Seoul - Den weltweiten Kunden des größten südkoreanischen Autobauers Hyundai drohen in Folge eines Streiks womöglich Lieferverzögerungen bei ihren neuen Pkw. Hyundai gab am Donnerstag in Seoul bekannt, dass der Export von insgesamt 81.000 Autos nach Nordamerika, Europa, Asien und den Nahen Osten gestoppt worden sei. Dies entspreche der Zahl der Autos, die normalerweise binnen 20 Tagen ausgeführt würden.
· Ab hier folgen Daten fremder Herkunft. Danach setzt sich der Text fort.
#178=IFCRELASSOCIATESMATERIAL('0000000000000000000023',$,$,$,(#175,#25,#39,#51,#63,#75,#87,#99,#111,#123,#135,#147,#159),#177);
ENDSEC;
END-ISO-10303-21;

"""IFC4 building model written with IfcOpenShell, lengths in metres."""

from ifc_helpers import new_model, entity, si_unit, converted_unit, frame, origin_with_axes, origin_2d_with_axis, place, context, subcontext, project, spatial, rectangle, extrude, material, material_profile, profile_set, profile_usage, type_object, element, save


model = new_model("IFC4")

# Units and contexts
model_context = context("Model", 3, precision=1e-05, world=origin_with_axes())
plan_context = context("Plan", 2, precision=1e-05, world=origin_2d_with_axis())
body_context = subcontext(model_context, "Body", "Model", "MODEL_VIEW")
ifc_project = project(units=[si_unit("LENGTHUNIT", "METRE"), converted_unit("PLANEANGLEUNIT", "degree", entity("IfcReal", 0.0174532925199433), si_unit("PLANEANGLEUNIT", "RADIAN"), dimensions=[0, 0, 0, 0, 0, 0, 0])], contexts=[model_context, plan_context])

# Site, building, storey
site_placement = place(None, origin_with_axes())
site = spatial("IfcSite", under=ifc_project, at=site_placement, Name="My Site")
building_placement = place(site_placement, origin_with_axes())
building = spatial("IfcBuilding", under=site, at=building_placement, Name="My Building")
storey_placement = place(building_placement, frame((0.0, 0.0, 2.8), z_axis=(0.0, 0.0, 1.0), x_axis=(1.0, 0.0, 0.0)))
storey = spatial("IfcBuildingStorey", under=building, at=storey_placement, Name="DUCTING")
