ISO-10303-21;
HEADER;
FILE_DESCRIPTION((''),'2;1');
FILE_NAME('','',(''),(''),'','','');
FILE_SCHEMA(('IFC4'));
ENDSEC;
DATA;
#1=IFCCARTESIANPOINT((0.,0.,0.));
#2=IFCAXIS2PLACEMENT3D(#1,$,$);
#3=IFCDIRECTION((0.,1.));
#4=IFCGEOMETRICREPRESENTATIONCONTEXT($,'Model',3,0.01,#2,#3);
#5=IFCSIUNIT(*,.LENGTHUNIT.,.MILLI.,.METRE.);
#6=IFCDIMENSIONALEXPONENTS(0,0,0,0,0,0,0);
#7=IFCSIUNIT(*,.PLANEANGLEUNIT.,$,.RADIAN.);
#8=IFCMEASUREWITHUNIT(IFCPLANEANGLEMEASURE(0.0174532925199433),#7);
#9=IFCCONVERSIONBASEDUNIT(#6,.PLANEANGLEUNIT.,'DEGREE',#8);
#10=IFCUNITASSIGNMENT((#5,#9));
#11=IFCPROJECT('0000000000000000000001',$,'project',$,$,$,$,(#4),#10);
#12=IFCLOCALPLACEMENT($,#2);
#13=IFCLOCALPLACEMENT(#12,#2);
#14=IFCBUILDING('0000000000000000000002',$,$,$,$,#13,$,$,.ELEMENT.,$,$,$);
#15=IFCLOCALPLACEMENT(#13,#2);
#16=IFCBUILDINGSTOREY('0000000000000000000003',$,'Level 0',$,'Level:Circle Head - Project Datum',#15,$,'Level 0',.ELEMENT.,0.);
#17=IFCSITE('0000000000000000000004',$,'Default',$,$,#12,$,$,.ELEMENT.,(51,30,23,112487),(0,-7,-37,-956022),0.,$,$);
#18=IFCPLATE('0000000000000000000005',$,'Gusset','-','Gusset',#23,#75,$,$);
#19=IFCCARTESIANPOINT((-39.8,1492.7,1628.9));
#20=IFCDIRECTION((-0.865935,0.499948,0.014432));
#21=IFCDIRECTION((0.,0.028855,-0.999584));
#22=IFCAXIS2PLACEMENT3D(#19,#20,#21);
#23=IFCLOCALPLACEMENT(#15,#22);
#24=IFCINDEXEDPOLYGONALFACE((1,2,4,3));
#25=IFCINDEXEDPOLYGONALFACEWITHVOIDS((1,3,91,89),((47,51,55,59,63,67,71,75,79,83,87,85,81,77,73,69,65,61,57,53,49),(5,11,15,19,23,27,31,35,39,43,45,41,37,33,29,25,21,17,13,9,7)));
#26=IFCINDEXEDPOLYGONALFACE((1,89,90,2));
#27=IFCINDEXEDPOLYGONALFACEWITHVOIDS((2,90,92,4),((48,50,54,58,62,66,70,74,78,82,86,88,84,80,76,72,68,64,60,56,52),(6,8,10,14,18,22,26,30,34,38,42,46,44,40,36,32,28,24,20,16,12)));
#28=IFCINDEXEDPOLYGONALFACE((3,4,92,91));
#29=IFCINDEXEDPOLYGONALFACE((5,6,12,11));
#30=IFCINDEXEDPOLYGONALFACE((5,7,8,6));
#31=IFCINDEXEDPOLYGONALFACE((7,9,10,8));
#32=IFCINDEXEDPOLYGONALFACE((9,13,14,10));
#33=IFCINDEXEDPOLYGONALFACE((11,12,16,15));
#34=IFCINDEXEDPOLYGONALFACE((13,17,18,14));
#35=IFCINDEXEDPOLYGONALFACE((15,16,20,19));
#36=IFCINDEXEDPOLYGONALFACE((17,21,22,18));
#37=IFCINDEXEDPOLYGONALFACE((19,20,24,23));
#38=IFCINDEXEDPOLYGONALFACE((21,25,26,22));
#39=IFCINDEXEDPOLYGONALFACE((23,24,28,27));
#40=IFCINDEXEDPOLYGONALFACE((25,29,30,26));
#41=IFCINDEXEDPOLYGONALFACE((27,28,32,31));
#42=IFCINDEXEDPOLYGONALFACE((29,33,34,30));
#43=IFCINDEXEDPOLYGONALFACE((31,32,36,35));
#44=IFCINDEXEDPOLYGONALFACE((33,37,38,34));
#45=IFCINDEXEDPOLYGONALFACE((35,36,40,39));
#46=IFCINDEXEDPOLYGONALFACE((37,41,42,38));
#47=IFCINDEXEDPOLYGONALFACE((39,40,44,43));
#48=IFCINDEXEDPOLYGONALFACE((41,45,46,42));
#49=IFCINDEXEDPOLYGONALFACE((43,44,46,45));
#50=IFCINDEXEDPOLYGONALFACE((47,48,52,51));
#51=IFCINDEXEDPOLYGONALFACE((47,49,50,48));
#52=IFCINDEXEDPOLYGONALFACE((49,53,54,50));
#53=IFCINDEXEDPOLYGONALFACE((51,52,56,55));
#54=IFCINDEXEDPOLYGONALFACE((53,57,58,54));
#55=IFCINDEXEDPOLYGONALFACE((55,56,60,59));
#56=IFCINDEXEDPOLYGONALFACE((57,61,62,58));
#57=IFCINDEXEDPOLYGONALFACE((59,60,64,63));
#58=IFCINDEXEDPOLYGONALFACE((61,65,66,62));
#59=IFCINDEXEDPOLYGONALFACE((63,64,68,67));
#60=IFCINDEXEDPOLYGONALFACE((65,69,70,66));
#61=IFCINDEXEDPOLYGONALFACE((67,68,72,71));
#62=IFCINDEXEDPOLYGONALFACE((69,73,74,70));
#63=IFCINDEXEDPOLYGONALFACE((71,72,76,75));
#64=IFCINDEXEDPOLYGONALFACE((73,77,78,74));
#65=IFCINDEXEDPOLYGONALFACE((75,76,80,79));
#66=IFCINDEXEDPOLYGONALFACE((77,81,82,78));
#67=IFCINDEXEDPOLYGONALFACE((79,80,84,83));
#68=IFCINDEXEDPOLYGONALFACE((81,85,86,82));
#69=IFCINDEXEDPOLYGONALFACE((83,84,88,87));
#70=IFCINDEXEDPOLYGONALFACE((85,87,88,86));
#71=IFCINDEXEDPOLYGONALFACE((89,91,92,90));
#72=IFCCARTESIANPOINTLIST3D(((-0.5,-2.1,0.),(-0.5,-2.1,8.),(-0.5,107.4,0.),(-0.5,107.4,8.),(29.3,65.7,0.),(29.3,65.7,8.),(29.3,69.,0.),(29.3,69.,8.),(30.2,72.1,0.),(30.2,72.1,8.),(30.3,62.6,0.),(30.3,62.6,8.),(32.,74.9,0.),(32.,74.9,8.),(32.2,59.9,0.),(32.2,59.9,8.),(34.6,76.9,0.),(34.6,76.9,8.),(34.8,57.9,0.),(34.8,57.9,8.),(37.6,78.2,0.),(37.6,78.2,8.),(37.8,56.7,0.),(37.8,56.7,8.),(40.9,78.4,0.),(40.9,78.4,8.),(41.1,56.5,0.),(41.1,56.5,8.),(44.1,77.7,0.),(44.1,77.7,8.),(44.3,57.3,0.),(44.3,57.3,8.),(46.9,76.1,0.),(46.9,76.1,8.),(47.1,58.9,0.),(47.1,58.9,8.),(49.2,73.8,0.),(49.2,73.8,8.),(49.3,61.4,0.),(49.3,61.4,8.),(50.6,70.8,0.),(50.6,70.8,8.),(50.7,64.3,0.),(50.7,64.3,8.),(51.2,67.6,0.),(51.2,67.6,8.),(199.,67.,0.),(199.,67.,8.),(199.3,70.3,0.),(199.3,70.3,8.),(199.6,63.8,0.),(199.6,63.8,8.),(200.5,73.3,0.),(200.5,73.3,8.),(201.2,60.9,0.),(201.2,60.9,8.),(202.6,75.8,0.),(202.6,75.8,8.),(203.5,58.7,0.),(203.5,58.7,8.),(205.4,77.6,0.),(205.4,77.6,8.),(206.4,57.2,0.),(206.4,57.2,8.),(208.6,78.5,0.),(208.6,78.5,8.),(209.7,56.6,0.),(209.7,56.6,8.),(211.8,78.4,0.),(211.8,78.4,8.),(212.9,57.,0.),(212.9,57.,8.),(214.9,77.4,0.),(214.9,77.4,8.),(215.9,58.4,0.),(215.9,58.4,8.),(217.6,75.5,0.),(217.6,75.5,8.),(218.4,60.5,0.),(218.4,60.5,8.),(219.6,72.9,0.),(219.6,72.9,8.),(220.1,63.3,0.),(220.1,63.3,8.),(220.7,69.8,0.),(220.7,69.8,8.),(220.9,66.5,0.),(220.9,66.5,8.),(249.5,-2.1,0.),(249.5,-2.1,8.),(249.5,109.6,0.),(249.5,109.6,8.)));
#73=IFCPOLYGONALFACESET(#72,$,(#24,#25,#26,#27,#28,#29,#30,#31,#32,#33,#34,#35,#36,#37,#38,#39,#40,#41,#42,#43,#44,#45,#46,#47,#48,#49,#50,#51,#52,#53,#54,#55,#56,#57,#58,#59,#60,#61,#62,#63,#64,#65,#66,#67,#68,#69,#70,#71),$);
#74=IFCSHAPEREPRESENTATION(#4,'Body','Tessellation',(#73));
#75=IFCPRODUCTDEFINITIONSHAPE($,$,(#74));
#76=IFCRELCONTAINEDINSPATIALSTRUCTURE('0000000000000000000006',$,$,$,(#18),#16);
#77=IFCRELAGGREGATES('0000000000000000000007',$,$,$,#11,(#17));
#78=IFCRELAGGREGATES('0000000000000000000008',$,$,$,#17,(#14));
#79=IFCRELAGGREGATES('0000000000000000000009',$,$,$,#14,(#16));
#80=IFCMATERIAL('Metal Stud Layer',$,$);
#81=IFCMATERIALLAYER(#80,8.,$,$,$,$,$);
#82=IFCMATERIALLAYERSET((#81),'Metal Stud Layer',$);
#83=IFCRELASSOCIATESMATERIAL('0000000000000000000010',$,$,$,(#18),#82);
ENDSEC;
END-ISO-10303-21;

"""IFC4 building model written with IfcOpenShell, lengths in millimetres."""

from ifc_helpers import new_model, entity, si_unit, converted_unit, direction, frame, origin, origin_with_axes, origin_2d_with_axis, place, context, project, spatial, polyline, circle, outline, extrude, material, layer, layer_set, element, save


model = new_model("IFC4")

# Units and contexts
model_context = context("Model", 3, precision=0.01, world=origin(), true_north=direction((0.0, 1.0)))
ifc_project = project(units=[si_unit("LENGTHUNIT", "METRE", prefix="MILLI"), converted_unit("PLANEANGLEUNIT", "DEGREE", entity("IfcPlaneAngleMeasure", 0.0174532925199433), si_unit("PLANEANGLEUNIT", "RADIAN"), dimensions=[0, 0, 0, 0, 0, 0, 0])], contexts=[model_context])

# Site, building, storey
site_placement = place(None, origin())
site = spatial("IfcSite", under=ifc_project, at=site_placement, Name="Default", CompositionType="ELEMENT", RefLatitude=(51, 30, 23, 112487), RefLongitude=(0, -7, -37, -956022), RefElevation=0.0)
building_placement = place(site_placement, origin())
building = spatial("IfcBuilding", under=site, at=building_placement, CompositionType="ELEMENT")
storey_placement = place(building_placement, origin())
storey = spatial("IfcBuildingStorey", under=building, at=storey_placement, Name="Level 0", ObjectType="Level:Circle Head - Project Datum", LongName="Level 0", CompositionType="ELEMENT", Elevation=0.0)

# Plate, openings
ifc_material_1 = material(Name="Metal Stud Layer")
ifc_layer_1 = layer(ifc_material_1, 8.0)
ifc_layer_set_1 = layer_set([ifc_layer_1], Name="Metal Stud Layer")
plate_1_placement = place(storey_placement, frame((-39.8, 1492.7, 1628.9), z_axis=(-0.865935, 0.499948, 0.014432), x_axis=(0.0, 0.028855, -0.999584)))
plate_1 = element("IfcPlate", 1, at=plate_1_placement, inside=storey, material=ifc_layer_set_1, Name="Gusset", Description="-", ObjectType="Gusset", context=model_context, shape_type="SweptSolid", body=[
    extrude(outline(polyline([(-0.5, -2.1), (249.5, -2.1), (249.5, 109.6), (-0.5, 107.4), (-0.5, -2.1)])), origin_with_axes(), (0.0, 0.0, 1.0), 8.0),
])
opening_1_placement = place(plate_1_placement, frame((40.2, 67.5, 8.5), z_axis=(0.0, 0.0, -1.0), x_axis=(-0.509076, 0.860722, 0.0)))
element("IfcOpeningElement", 2, at=opening_1_placement, cuts=plate_1, ObjectType="Opening", context=model_context, shape_type="SweptSolid", body=[
    extrude(circle(Radius=11.0, at=origin_2d_with_axis()), origin(), (0.0, 0.0, 1.0), 9.0),
])
opening_2_placement = place(plate_1_placement, frame((209.9, 67.6, 8.5), z_axis=(0.0, 0.0, -1.0), x_axis=(0.455098, 0.890441, 0.0)))
element("IfcOpeningElement", 3, at=opening_2_placement, cuts=plate_1, ObjectType="Opening", context=model_context, shape_type="SweptSolid", body=[
    extrude(circle(Radius=11.0, at=origin_2d_with_axis()), origin(), (0.0, 0.0, 1.0), 9.0),
])

save(model, "model.ifc")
Grund dafür seien Produktionsausfälle wegen eines Streiks. Ein Hyundai-Sprecher verwies darauf, dass es auch in Übersee Auto-Lager des Unternehmens gebe, so dass nicht sofort mit Lieferverzögerungen zu rechnen sei. "Wenn dieser Streik aber weitergeht, müssen ausländische Kunden womöglich länger auf ihre Fahrzeuge warten."
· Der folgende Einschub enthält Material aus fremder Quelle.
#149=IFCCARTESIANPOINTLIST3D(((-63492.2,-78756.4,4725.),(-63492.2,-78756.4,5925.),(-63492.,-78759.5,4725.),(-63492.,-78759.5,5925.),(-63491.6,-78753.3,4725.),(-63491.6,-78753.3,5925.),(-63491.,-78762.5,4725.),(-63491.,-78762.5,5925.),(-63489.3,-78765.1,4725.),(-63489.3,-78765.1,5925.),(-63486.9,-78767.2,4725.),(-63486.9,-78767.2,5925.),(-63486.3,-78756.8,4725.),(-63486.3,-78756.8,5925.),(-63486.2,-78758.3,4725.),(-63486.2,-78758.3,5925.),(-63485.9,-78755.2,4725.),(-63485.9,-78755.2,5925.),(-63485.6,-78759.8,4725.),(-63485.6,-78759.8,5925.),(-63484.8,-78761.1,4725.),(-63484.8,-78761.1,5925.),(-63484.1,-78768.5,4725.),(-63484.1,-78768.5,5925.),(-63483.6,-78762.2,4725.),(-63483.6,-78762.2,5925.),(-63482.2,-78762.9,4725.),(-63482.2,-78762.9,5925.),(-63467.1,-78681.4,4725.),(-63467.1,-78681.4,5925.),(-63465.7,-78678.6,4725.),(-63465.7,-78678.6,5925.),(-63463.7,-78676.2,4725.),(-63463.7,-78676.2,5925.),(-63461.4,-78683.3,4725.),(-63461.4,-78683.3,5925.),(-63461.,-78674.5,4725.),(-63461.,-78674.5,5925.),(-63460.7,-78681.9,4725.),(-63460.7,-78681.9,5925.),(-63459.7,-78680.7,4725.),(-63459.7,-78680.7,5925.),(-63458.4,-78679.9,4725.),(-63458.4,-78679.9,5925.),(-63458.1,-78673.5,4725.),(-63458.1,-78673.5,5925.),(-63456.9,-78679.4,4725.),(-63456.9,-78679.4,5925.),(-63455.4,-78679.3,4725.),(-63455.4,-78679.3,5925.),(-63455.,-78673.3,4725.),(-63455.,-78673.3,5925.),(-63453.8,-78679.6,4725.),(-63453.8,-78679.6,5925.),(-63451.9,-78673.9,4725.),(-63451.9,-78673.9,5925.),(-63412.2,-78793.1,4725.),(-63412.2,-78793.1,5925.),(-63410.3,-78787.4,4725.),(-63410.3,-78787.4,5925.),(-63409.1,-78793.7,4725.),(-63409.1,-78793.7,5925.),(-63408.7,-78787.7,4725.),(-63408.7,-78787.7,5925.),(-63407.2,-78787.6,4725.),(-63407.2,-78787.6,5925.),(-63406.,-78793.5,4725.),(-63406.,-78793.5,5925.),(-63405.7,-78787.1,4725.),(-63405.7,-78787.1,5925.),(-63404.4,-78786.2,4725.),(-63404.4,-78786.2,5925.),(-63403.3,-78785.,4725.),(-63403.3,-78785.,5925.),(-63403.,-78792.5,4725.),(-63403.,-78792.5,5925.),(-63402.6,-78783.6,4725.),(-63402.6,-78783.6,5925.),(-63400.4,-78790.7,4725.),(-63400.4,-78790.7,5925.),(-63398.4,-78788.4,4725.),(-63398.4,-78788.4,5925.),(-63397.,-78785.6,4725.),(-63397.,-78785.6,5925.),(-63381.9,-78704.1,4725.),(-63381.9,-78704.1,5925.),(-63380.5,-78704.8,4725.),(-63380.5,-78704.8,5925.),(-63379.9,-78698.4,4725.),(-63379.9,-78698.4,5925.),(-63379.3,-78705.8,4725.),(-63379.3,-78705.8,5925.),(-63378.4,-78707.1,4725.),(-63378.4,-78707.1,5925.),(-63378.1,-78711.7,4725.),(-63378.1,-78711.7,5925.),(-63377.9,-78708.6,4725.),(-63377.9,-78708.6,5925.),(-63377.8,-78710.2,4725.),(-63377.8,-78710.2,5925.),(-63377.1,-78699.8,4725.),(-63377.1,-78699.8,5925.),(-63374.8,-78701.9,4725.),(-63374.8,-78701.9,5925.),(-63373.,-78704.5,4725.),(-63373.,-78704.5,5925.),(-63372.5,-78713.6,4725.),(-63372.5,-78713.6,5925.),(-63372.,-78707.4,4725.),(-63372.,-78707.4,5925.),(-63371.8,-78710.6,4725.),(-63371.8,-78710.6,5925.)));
Ein Teil der 40.000 Beschäftigten befindet sich seit dem 26. Juni im Ausstand; sie wollen 9,1 Prozent mehr Lohn sowie bessere Arbeitsbedingungen durchsetzen. Nach Angaben von Hyundai entsprechen die Produktionsausfälle bisher einem Wert von rund einer Milliarde Dollar (rund 800 Millionen Euro).

Lieferschwierigkeiten

In Folge des Streiks kann es auch in Österreich im August zu Lieferverzögerungen von rund einem Monat kommen. Betroffen seien zwei Modelle, welche, wollte das Unternehmen nicht bekannt geben. Das Modell "Santa Fe" sei jedenfalls in ausreichender Zahl vorhanden, hieß es am Donnerstag. (APA/AFP)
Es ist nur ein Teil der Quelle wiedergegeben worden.